Self-Service data sharing is a key objective in an organization’s digital transformation journey. It’s the target of why all the management, rigor, governance, security, and all these controls are in place. To share and deliver trusted data that could be used to create profit. Having access to the right data of high-quality quickly when needed is golden. Data Products are business-ready, reusable data that has been operationalized to achieve high-scale data sharing. The goal of a Data Product is to derive business value from data. In Chapter 3, Choosing between Data Fabric and Data Mesh, and Chapter 7, Designing Data Governance, we touch more on Data Products. Self-service data moves away from a model that relies on a central IT team to deliver data, to one that democratizes data for a diverse set of use cases with high quality, and governance. Making data easily accessible by technical users such as data engineers, data scientists, software developers or business roles such as business analysts is the end goal.

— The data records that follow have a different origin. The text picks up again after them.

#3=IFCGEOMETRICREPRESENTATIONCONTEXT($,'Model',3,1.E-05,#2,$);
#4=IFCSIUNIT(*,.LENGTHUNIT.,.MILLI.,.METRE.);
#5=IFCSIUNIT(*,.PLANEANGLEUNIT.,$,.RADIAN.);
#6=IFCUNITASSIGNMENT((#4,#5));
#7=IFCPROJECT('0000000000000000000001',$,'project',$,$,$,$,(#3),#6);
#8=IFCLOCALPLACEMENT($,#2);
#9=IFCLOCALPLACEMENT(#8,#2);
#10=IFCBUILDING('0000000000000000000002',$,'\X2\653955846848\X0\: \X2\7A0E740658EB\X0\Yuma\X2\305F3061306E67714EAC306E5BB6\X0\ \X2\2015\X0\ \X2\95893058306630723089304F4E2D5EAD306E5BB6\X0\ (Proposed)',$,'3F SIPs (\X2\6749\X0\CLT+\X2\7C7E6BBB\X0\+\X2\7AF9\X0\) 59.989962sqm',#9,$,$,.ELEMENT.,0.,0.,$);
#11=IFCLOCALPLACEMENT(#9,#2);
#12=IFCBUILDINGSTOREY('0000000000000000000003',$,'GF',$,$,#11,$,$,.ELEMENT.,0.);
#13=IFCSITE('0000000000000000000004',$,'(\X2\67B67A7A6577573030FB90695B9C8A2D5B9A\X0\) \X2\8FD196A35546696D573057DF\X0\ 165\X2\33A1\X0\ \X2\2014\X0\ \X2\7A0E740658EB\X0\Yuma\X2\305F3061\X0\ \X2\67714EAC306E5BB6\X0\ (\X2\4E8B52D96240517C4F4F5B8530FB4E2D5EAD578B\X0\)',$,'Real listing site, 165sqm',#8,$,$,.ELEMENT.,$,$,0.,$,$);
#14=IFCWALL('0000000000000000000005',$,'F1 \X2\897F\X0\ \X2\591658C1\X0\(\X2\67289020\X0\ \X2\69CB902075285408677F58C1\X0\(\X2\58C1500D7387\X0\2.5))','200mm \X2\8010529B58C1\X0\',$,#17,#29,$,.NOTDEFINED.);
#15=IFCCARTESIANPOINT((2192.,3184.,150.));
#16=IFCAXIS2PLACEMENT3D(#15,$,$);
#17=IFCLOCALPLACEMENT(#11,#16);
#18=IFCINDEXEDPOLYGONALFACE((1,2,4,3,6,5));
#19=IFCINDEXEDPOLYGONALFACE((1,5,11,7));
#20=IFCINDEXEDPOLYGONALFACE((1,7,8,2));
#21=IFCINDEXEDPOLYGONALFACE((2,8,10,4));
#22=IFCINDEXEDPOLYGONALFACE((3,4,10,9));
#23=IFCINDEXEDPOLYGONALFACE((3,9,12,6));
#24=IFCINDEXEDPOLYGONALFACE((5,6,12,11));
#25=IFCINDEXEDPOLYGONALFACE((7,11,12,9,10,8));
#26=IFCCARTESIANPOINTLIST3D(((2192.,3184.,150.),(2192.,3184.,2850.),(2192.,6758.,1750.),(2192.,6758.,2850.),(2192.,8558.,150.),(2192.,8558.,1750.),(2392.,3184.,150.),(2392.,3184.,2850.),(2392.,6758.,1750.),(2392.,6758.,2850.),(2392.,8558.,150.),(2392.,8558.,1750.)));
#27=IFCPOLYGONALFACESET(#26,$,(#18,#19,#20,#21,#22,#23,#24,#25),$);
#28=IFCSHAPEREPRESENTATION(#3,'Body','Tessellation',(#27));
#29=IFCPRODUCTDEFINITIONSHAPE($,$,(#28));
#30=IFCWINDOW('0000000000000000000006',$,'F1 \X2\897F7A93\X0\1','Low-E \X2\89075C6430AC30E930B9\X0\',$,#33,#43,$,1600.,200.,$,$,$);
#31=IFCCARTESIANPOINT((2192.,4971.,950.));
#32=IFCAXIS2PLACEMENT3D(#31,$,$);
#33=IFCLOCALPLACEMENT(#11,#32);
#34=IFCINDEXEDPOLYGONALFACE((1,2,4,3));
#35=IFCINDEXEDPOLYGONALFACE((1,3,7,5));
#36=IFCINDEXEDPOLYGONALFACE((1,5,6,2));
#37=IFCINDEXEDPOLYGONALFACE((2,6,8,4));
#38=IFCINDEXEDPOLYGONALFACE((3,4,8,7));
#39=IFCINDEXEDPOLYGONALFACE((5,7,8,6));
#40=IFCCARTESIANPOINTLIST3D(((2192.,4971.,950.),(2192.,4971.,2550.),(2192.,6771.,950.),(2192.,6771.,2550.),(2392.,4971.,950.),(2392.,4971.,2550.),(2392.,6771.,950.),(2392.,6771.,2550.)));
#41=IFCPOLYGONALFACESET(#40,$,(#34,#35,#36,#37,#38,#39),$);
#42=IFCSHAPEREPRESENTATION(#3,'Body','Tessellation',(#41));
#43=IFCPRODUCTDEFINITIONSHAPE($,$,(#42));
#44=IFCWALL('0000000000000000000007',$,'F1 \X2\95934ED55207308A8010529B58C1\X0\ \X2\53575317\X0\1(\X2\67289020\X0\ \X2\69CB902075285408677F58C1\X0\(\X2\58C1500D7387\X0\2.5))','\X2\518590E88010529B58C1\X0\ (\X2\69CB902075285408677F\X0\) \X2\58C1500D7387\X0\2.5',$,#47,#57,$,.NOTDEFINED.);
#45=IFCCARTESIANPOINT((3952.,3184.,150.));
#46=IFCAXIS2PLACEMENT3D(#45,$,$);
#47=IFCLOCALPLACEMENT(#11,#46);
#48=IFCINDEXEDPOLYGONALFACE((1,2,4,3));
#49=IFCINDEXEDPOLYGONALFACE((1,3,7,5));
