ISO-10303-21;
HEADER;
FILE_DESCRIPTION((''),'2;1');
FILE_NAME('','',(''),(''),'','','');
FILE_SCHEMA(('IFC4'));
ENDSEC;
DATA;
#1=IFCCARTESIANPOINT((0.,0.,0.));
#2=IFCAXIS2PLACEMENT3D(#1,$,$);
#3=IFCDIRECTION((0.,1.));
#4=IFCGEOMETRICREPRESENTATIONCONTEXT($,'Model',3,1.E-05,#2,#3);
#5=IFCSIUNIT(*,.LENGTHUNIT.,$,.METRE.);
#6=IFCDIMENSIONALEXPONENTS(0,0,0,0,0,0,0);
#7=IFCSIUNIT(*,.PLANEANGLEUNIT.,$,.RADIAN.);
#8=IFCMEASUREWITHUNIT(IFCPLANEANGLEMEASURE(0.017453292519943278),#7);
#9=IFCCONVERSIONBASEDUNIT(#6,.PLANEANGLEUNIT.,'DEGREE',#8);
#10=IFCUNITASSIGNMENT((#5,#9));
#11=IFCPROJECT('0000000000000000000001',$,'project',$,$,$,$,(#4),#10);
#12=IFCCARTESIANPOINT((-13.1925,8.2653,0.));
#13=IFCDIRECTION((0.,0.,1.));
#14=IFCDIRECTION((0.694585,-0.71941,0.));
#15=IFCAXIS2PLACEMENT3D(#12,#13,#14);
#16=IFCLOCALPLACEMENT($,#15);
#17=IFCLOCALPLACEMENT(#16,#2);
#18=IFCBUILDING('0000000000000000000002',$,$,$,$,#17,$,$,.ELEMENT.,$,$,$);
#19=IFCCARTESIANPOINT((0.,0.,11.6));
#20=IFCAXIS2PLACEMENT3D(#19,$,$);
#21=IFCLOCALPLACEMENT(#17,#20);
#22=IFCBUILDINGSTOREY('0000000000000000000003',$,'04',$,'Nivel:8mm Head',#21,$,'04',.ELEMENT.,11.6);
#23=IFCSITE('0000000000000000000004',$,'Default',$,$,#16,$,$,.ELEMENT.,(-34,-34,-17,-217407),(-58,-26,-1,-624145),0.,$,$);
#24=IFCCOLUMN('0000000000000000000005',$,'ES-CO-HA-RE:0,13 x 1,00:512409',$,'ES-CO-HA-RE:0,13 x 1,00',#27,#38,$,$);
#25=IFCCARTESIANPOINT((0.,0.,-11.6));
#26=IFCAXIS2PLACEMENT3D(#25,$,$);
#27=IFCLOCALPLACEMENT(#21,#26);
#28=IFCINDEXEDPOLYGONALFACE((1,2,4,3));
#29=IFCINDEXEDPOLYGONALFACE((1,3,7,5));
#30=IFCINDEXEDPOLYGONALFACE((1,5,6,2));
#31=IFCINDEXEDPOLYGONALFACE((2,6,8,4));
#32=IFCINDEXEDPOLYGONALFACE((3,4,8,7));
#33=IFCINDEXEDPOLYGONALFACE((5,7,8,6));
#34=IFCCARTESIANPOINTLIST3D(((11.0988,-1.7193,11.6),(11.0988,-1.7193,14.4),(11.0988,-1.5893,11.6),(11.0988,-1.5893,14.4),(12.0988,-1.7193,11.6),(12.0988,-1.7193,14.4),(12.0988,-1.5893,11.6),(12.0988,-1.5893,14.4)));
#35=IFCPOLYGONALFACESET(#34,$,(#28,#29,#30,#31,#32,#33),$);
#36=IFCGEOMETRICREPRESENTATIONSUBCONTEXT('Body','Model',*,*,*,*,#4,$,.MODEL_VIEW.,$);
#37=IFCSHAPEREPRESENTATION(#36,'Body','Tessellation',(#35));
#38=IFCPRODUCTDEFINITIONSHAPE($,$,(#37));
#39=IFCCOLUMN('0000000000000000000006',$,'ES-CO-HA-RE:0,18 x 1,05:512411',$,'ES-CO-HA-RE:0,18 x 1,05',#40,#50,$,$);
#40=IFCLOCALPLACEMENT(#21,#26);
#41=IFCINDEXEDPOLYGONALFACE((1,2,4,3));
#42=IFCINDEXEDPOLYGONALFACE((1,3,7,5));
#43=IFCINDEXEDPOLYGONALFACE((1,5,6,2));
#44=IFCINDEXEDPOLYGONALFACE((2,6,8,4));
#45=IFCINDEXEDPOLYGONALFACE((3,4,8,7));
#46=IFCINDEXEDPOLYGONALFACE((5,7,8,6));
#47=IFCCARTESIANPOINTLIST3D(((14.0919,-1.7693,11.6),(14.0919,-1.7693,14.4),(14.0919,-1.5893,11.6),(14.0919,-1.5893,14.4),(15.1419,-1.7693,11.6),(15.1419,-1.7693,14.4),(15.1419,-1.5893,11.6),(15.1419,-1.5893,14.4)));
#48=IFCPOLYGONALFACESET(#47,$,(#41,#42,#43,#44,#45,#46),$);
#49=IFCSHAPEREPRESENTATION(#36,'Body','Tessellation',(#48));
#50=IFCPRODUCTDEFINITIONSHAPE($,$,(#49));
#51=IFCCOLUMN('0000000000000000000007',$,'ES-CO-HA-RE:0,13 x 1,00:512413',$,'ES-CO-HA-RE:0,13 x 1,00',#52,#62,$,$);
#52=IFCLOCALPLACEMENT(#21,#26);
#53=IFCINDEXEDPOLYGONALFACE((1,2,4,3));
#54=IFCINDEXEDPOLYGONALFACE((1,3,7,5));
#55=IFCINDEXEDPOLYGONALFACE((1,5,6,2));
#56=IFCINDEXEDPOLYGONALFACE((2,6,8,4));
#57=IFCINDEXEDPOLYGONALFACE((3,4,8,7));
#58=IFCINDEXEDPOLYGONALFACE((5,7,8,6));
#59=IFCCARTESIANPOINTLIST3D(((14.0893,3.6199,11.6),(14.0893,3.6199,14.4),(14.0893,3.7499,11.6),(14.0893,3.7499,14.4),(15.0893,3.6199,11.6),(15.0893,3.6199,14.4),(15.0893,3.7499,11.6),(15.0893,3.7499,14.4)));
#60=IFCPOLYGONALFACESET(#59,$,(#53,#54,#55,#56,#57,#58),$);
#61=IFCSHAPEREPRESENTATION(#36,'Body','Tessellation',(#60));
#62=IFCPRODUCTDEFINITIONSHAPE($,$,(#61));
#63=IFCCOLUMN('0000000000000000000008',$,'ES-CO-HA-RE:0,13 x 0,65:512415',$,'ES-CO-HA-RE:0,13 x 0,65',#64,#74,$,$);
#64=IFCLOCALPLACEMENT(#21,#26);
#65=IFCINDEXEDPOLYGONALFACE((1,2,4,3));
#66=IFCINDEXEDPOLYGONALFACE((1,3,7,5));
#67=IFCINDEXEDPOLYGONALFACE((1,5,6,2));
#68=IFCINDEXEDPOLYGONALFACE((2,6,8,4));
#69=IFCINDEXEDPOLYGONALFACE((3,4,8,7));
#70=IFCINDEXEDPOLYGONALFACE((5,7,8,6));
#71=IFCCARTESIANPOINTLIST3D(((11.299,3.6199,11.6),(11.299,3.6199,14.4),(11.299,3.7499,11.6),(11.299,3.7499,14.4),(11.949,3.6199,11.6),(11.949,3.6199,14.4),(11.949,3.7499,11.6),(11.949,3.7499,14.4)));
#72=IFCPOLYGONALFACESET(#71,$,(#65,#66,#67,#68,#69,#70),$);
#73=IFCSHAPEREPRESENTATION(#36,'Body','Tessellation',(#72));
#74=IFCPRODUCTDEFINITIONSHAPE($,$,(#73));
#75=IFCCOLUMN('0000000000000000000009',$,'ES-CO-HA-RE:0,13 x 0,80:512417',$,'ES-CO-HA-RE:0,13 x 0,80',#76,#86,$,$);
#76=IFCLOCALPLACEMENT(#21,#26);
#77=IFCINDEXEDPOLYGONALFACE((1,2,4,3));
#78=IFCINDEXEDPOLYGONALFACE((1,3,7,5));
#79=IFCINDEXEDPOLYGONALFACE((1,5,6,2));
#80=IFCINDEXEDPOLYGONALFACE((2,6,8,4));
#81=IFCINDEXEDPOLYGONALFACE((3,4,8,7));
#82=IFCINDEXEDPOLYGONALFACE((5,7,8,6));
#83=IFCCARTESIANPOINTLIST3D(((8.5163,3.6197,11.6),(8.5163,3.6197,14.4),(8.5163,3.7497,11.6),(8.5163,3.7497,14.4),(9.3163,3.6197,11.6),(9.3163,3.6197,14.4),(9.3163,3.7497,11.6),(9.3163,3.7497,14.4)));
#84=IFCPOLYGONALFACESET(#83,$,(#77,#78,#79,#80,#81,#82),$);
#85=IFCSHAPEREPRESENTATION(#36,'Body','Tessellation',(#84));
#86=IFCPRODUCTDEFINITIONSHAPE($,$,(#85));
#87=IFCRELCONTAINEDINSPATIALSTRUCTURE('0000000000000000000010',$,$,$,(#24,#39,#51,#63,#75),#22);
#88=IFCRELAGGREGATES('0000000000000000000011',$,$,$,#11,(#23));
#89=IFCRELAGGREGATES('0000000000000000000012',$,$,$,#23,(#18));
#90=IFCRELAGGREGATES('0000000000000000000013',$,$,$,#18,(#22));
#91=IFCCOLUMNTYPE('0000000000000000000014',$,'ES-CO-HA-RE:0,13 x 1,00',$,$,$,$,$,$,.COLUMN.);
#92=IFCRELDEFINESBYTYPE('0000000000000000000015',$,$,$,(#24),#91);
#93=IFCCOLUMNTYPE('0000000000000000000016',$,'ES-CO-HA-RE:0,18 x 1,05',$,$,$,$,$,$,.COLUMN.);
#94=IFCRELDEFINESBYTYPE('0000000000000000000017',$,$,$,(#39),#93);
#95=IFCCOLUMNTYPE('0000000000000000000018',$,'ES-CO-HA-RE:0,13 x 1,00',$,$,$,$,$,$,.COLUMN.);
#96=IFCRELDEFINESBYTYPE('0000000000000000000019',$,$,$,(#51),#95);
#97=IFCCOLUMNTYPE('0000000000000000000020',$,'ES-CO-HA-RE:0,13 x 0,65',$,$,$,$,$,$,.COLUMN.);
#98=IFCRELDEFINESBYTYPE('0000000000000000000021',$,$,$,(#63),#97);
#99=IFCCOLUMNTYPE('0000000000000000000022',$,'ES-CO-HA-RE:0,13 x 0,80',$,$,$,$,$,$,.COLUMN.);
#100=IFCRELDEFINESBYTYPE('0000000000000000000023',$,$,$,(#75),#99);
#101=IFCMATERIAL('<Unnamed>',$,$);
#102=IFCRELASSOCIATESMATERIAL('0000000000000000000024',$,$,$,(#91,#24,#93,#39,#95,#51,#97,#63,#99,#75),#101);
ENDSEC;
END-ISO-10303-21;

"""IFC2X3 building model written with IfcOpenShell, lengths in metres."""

from ifc_helpers import new_model, entity, si_unit, converted_unit, direction, frame, frame_2d, origin, origin_2d_with_axis, place, context, subcontext, project, spatial, rectangle, extrude, source, transform, mapped, material, type_object, type_shapes, element, save


model = new_model("IFC2X3")

# Units and contexts
model_context = context("Model", 3, precision=1e-05, world=origin(), true_north=direction((0.0, 1.0)))
body_context = subcontext(model_context, "Body", "Model", "MODEL_VIEW")
ifc_project = project(units=[si_unit("LENGTHUNIT", "METRE"), converted_unit("PLANEANGLEUNIT", "DEGREE", entity("IfcPlaneAngleMeasure", 0.017453292519943278), si_unit("PLANEANGLEUNIT", "RADIAN"), dimensions=[0, 0, 0, 0, 0, 0, 0])], contexts=[model_context])

# Site, building, storey
site_placement = place(None, frame((-13.1925, 8.2653, 0.0), z_axis=(0.0, 0.0, 1.0), x_axis=(0.694585, -0.71941, 0.0)))
site = spatial("IfcSite", under=ifc_project, at=site_placement, Name="Default", CompositionType="ELEMENT", RefLatitude=(-34, -34, -17, -217407), RefLongitude=(-58, -26, -1, -624145), RefElevation=0.0)
building_placement = place(site_placement, origin())
building = spatial("IfcBuilding", under=site, at=building_placement, CompositionType="ELEMENT")
storey_placement = place(building_placement, frame((0.0, 0.0, 11.6)))
storey = spatial("IfcBuildingStorey", under=building, at=storey_placement, Name="04", ObjectType="Nivel:8mm Head", LongName="04", CompositionType="ELEMENT", Elevation=11.6)

# Columns
ifc_material_1 = material(Name="<Unnamed>")
column_type_1 = type_object("IfcColumnType", Name="ES-CO-HA-RE:0,13 x 1,00", PredefinedType="COLUMN", material=ifc_material_1)
shared_shape_1 = source(origin(), body_context, "Body", "SweptSolid", [
    extrude(rectangle(XDim=1.0, YDim=0.13, at=frame_2d((0.0, 0.0), x_axis=(1.0, 0.0))), frame((11.5988, -1.6543, 11.6), z_axis=(0.0, 0.0, 1.0), x_axis=(-1.0, 0.0, 0.0)), (0.0, 0.0, 1.0), 2.8),
])
type_shapes(column_type_1, [shared_shape_1])
column_1_placement = place(storey_placement, frame((0.0, 0.0, -11.6)))
element("IfcColumn", 1, at=column_1_placement, inside=storey, type_object=column_type_1, material=ifc_material_1, Name="ES-CO-HA-RE:0,13 x 1,00:512409", ObjectType="ES-CO-HA-RE:0,13 x 1,00", context=body_context, shape_type="MappedRepresentation", body=[
    mapped(shared_shape_1, transform((0.0, 0.0, 0.0), scale=1.0)),
])
column_type_2 = type_object("IfcColumnType", Name="ES-CO-HA-RE:0,18 x 1,05", PredefinedType="COLUMN", material=ifc_material_1)
shared_shape_2 = source(origin(), body_context, "Body", "SweptSolid", [
    extrude(rectangle(XDim=1.05, YDim=0.18, at=frame_2d((0.0, 0.0), x_axis=(1.0, 0.0))), frame((14.6169, -1.6793, 11.6), z_axis=(0.0, 0.0, 1.0), x_axis=(-1.0, 0.0, 0.0)), (0.0, 0.0, 1.0), 2.8),
])
type_shapes(column_type_2, [shared_shape_2])
column_2_placement = place(storey_placement, frame((0.0, 0.0, -11.6)))
element("IfcColumn", 2, at=column_2_placement, inside=storey, type_object=column_type_2, material=ifc_material_1, Name="ES-CO-HA-RE:0,18 x 1,05:512411", ObjectType="ES-CO-HA-RE:0,18 x 1,05", context=body_context, shape_type="MappedRepresentation", body=[
    mapped(shared_shape_2, transform((0.0, 0.0, 0.0), scale=1.0)),
])
column_type_3 = type_object("IfcColumnType", Name="ES-CO-HA-RE:0,13 x 1,00", PredefinedType="COLUMN", material=ifc_material_1)
shared_shape_3 = source(origin(), body_context, "Body", "SweptSolid", [
    extrude(rectangle(XDim=1.0, YDim=0.13, at=frame_2d((0.0, 0.0), x_axis=(1.0, 0.0))), frame((14.5893, 3.6849, 11.6), z_axis=(0.0, 0.0, 1.0), x_axis=(-1.0, 0.0, 0.0)), (0.0, 0.0, 1.0), 2.8),
])
type_shapes(column_type_3, [shared_shape_3])
column_3_placement = place(storey_placement, frame((0.0, 0.0, -11.6)))
element("IfcColumn", 3, at=column_3_placement, inside=storey, type_object=column_type_3, material=ifc_material_1, Name="ES-CO-HA-RE:0,13 x 1,00:512413", ObjectType="ES-CO-HA-RE:0,13 x 1,00", context=body_context, shape_type="MappedRepresentation", body=[
    mapped(shared_shape_3, transform((0.0, 0.0, 0.0), scale=1.0)),
])
column_type_4 = type_object("IfcColumnType", Name="ES-CO-HA-RE:0,13 x 0,65", PredefinedType="COLUMN", material=ifc_material_1)
shared_shape_4 = source(origin(), body_context, "Body", "SweptSolid", [
    extrude(rectangle(XDim=0.65, YDim=0.13, at=frame_2d((0.0, 0.0), x_axis=(1.0, 0.0))), frame((11.624, 3.6849, 11.6), z_axis=(0.0, 0.0, 1.0), x_axis=(-1.0, 0.0, 0.0)), (0.0, 0.0, 1.0), 2.8),
])
type_shapes(column_type_4, [shared_shape_4])
column_4_placement = place(storey_placement, frame((0.0, 0.0, -11.6)))
element("IfcColumn", 4, at=column_4_placement, inside=storey, type_object=column_type_4, material=ifc_material_1, Name="ES-CO-HA-RE:0,13 x 0,65:512415", ObjectType="ES-CO-HA-RE:0,13 x 0,65", context=body_context, shape_type="MappedRepresentation", body=[
    mapped(shared_shape_4, transform((0.0, 0.0, 0.0), scale=1.0)),
])
column_type_5 = type_object("IfcColumnType", Name="ES-CO-HA-RE:0,13 x 0,80", PredefinedType="COLUMN", material=ifc_material_1)
shared_shape_5 = source(origin(), body_context, "Body", "SweptSolid", [
    extrude(rectangle(XDim=0.8, YDim=0.13, at=origin_2d_with_axis()), frame((8.9163, 3.6847, 11.6), z_axis=(0.0, 0.0, 1.0), x_axis=(-1.0, 0.0, 0.0)), (0.0, 0.0, 1.0), 2.8),
])
type_shapes(column_type_5, [shared_shape_5])
column_5_placement = place(storey_placement, frame((0.0, 0.0, -11.6)))
element("IfcColumn", 5, at=column_5_placement, inside=storey, type_object=column_type_5, material=ifc_material_1, Name="ES-CO-HA-RE:0,13 x 0,80:512417", ObjectType="ES-CO-HA-RE:0,13 x 0,80", context=body_context, shape_type="MappedRepresentation", body=[
    mapped(shared_shape_5, transform((0.0, 0.0, 0.0), scale=1.0)),
])

save(model, "model.ifc")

A Data Fabric design enables technical and business users to quickly search, find, and access the data they need in a Self-Service manner. On the other hand, it also enables data producers to manage data with the right level of protection and security before they open the doors to the data kingdom. The Self-Service building block works proactively and symmetrically with the Data Integration and Data Governance building blocks. This is where the true power of a Data Fabric design is exhibited.
Operational Data Governance models
- Centralized Data Governance: A central Data Governance organization that is accountable for decision-making, data policy management, and enforcement across all business units within an organization. This represents a traditional model.
- Decentralized Data Governance: An organization where a business domain is accountable for and manages the Data Governance program. The business domain is accountable only for their domain’s decision-making and data policy management and enforcement. They operate independently in terms of data management and Data Governance from the rest of the organization.
- Federated Data Governance: In a federated Data Governance model, a federated group of business domain representatives across an organization and governance roles is accountable for global-level concerns and decision-making on Data Governance matters. The federated governance team is not responsible for enforcement or local policy management. Business domains manage their data, local data policies, and enforcement.
Let’s summarize what we have covered in this chapter in the next section.
In this chapter, we defined Data Fabric and its characteristics–highly automated, use case agnostic, Self-Service, strong Data Governance, Privacy, and Protection, supports decentralized, federated, and centralized Data Governance, event and active metadata driven, interoperable, and has a composable architecture. We discussed why this architecture is important, including its ability to effectively address data silos, data democratization, establish trusted fit for purpose data while addressing business and technical needs. We introduced the core building blocks of a Data Fabric design (Data Governance, Data Integration, and Self-Service) and its principles. We reviewed the role and value of Data Fabric’s knowledge layer, uses active metadata as the glue that intelligently connects data across an ecosystem. We also defined the various Data Governance models that Data Fabric supports.
In the next chapter, we will dive into the business value that Data Fabric architecture offers. We will discuss how the components that make up the backbone of Data Fabric derive business value that leads to profit and cost savings.